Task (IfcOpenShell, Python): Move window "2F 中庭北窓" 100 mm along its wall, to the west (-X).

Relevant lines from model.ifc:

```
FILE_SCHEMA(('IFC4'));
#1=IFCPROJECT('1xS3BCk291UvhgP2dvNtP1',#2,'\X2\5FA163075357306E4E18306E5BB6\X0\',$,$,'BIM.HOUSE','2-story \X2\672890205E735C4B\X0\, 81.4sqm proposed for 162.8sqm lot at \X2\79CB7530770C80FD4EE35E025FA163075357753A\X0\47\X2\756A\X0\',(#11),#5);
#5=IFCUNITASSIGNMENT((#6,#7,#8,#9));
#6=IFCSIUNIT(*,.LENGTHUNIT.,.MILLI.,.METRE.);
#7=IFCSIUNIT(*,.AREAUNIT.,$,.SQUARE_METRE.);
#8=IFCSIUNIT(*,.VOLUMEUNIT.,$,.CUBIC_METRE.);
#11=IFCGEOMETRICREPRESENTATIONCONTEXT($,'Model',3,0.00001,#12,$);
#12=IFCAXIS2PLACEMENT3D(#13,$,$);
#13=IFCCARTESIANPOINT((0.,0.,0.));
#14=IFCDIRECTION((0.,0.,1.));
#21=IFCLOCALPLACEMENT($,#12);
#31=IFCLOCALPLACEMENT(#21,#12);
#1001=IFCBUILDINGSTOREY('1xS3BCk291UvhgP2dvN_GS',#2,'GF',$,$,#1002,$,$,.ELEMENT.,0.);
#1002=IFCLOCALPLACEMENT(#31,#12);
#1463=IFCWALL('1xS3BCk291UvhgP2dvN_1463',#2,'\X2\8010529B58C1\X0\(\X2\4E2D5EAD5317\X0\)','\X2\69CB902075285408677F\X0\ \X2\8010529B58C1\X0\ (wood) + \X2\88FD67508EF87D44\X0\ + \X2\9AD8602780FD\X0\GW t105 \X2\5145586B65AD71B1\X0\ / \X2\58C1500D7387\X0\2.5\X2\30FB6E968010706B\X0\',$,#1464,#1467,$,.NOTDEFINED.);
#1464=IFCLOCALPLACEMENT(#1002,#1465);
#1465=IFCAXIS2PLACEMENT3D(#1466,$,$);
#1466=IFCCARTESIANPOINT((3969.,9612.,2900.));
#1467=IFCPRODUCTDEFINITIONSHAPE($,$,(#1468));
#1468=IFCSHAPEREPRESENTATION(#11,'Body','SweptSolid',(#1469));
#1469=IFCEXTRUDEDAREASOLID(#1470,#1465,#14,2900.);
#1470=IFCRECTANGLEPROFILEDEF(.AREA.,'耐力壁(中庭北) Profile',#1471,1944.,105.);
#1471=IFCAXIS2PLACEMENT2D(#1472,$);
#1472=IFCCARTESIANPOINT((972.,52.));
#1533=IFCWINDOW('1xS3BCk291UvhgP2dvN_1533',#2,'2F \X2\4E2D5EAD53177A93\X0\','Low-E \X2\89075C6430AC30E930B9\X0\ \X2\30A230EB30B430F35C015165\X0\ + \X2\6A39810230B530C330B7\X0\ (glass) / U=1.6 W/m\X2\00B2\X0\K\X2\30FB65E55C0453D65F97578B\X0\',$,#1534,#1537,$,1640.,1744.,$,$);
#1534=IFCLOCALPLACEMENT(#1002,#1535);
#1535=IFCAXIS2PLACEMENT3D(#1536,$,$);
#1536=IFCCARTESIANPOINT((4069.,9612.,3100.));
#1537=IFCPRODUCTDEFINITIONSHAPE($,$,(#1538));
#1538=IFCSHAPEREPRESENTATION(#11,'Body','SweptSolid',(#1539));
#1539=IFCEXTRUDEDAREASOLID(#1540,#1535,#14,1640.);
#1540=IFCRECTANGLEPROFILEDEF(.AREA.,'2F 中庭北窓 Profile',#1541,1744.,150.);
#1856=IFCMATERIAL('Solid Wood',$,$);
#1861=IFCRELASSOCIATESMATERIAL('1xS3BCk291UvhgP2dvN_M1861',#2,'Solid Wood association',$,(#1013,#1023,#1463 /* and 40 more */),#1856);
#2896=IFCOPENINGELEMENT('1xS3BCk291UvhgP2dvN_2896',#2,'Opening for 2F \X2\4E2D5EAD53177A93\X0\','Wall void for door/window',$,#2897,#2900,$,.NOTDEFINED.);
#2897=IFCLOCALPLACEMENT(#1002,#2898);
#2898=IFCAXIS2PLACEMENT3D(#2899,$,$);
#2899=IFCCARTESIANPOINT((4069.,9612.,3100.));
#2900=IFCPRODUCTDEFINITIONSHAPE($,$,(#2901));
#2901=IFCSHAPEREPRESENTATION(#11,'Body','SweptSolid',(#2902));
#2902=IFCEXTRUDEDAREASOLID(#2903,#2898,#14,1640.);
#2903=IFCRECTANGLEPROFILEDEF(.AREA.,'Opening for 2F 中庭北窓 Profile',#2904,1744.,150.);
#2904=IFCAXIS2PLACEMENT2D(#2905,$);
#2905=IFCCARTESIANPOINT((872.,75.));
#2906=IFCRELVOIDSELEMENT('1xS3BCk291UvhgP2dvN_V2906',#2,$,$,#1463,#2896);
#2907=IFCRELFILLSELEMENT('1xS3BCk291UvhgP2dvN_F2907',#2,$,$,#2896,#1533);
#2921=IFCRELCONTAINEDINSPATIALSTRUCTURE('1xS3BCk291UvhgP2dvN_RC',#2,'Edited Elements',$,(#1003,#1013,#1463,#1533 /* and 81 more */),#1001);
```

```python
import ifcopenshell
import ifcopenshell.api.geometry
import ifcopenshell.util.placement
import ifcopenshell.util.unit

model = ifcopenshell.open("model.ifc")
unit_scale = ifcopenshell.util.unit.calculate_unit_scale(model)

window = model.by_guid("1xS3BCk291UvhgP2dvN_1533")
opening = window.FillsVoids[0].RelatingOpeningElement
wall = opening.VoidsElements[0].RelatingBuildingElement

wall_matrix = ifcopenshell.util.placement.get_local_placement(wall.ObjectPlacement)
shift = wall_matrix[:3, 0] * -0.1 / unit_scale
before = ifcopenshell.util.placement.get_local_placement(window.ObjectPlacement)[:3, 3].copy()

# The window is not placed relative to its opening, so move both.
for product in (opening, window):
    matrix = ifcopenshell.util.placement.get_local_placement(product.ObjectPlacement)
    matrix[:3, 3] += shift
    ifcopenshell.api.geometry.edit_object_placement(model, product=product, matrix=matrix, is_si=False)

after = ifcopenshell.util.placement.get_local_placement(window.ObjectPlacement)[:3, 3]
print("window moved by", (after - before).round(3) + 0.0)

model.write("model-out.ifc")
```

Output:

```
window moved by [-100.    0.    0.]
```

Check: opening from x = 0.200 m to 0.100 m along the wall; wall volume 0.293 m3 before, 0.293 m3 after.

———

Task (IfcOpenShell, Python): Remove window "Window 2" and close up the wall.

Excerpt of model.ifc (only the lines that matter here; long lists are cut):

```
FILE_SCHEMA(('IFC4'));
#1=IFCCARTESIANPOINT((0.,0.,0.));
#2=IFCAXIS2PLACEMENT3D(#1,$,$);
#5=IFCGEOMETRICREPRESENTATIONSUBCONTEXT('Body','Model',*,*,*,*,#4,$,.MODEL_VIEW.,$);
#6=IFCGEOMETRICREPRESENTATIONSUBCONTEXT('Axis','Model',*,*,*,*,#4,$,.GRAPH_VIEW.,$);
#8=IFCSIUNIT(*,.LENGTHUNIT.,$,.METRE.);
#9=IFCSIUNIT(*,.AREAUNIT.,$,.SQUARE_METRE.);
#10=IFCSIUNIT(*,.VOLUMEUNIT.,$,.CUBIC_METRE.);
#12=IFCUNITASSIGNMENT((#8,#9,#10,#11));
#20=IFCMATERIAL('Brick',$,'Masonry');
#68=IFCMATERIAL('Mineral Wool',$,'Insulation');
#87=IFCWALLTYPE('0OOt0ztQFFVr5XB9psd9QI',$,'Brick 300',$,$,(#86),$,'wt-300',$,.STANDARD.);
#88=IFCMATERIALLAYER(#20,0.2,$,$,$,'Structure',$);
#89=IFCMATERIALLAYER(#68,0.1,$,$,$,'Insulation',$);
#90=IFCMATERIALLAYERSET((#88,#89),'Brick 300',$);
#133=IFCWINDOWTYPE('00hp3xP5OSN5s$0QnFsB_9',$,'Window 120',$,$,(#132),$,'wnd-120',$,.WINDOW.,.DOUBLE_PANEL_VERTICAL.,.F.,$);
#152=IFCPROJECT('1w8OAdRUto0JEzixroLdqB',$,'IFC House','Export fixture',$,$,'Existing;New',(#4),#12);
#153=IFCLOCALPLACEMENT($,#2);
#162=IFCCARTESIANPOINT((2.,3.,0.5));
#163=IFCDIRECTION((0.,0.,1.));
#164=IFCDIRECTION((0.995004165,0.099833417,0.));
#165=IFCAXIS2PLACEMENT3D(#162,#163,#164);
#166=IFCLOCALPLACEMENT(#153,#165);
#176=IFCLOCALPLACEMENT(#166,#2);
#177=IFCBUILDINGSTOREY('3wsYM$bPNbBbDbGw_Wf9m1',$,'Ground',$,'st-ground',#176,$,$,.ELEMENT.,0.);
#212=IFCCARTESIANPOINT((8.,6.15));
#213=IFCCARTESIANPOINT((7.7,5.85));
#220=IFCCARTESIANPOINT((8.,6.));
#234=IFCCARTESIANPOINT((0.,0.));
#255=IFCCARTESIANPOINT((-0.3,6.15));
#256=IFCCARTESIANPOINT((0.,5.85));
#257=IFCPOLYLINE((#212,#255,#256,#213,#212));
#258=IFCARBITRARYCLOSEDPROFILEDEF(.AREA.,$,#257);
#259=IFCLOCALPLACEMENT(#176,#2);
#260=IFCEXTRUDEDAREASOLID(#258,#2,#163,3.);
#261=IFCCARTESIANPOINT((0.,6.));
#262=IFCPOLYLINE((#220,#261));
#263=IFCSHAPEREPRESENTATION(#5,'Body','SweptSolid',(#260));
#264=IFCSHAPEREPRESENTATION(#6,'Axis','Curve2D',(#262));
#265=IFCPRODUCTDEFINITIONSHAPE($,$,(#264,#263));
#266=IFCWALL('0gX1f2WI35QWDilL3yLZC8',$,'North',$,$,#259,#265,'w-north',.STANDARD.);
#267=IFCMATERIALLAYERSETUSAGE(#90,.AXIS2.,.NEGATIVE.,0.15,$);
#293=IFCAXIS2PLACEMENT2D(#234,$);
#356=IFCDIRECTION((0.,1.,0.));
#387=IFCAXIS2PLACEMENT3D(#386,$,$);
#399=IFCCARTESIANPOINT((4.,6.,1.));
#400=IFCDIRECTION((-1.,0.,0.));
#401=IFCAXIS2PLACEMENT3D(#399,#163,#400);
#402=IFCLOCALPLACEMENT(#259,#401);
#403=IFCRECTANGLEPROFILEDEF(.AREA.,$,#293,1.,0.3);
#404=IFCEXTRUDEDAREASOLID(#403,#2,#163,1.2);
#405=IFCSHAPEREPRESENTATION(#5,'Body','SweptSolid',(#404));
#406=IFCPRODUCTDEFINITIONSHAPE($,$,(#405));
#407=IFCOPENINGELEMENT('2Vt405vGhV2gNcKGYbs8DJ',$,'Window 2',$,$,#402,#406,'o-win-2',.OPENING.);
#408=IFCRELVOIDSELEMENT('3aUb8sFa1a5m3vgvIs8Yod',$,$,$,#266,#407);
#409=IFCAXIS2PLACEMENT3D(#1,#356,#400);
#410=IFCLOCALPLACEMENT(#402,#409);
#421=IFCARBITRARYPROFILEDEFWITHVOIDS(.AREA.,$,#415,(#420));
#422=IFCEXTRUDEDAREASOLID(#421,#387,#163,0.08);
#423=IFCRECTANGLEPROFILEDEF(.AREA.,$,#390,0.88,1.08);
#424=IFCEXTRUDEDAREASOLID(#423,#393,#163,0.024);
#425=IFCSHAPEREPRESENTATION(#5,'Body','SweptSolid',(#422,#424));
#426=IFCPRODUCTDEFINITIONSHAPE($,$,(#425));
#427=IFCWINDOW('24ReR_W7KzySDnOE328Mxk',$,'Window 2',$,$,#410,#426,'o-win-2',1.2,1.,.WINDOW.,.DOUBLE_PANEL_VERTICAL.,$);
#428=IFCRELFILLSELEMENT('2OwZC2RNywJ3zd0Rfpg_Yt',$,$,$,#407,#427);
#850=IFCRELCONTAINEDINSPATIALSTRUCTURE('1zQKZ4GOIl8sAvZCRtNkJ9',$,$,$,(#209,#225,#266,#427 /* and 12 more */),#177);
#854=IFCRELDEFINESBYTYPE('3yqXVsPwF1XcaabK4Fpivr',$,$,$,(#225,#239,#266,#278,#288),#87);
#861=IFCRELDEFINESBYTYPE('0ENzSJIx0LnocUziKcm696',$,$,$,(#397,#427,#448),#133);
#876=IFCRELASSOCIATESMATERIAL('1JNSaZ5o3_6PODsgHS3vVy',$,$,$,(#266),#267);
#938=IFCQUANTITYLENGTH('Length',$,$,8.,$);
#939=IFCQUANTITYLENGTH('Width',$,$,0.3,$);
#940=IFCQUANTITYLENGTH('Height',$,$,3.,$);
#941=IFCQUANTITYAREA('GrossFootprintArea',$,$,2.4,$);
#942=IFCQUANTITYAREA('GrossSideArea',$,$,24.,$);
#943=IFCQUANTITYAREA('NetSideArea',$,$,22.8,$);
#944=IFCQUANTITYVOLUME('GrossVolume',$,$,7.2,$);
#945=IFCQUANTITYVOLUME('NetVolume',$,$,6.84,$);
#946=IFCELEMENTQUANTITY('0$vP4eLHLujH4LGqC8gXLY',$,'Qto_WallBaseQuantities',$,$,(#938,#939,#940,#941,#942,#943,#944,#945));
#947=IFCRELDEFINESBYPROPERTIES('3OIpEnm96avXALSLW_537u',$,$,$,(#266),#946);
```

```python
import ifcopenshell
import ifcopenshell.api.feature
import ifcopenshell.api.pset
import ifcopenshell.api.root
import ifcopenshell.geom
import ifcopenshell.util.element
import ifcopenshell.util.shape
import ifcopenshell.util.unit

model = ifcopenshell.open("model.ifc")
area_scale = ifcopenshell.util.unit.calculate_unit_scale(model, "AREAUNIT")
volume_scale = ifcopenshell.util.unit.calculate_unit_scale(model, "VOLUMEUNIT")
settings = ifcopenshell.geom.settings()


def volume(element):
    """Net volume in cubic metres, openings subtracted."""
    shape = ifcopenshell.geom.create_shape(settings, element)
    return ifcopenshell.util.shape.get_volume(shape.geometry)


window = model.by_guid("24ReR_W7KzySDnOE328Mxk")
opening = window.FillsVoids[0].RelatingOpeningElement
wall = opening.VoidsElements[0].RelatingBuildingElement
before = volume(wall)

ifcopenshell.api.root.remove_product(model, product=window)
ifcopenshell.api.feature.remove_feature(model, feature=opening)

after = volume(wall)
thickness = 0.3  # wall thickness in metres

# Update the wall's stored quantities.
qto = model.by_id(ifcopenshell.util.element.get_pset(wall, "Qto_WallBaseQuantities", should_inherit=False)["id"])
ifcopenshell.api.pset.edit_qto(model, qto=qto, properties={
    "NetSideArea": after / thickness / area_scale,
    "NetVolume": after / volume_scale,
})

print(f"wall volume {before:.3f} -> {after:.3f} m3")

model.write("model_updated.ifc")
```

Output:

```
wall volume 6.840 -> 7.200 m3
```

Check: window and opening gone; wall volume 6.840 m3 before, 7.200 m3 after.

———

[Task requirements]
Say how many lines in the records contain the word "from". Nothing but the number is required.

[Task output]
2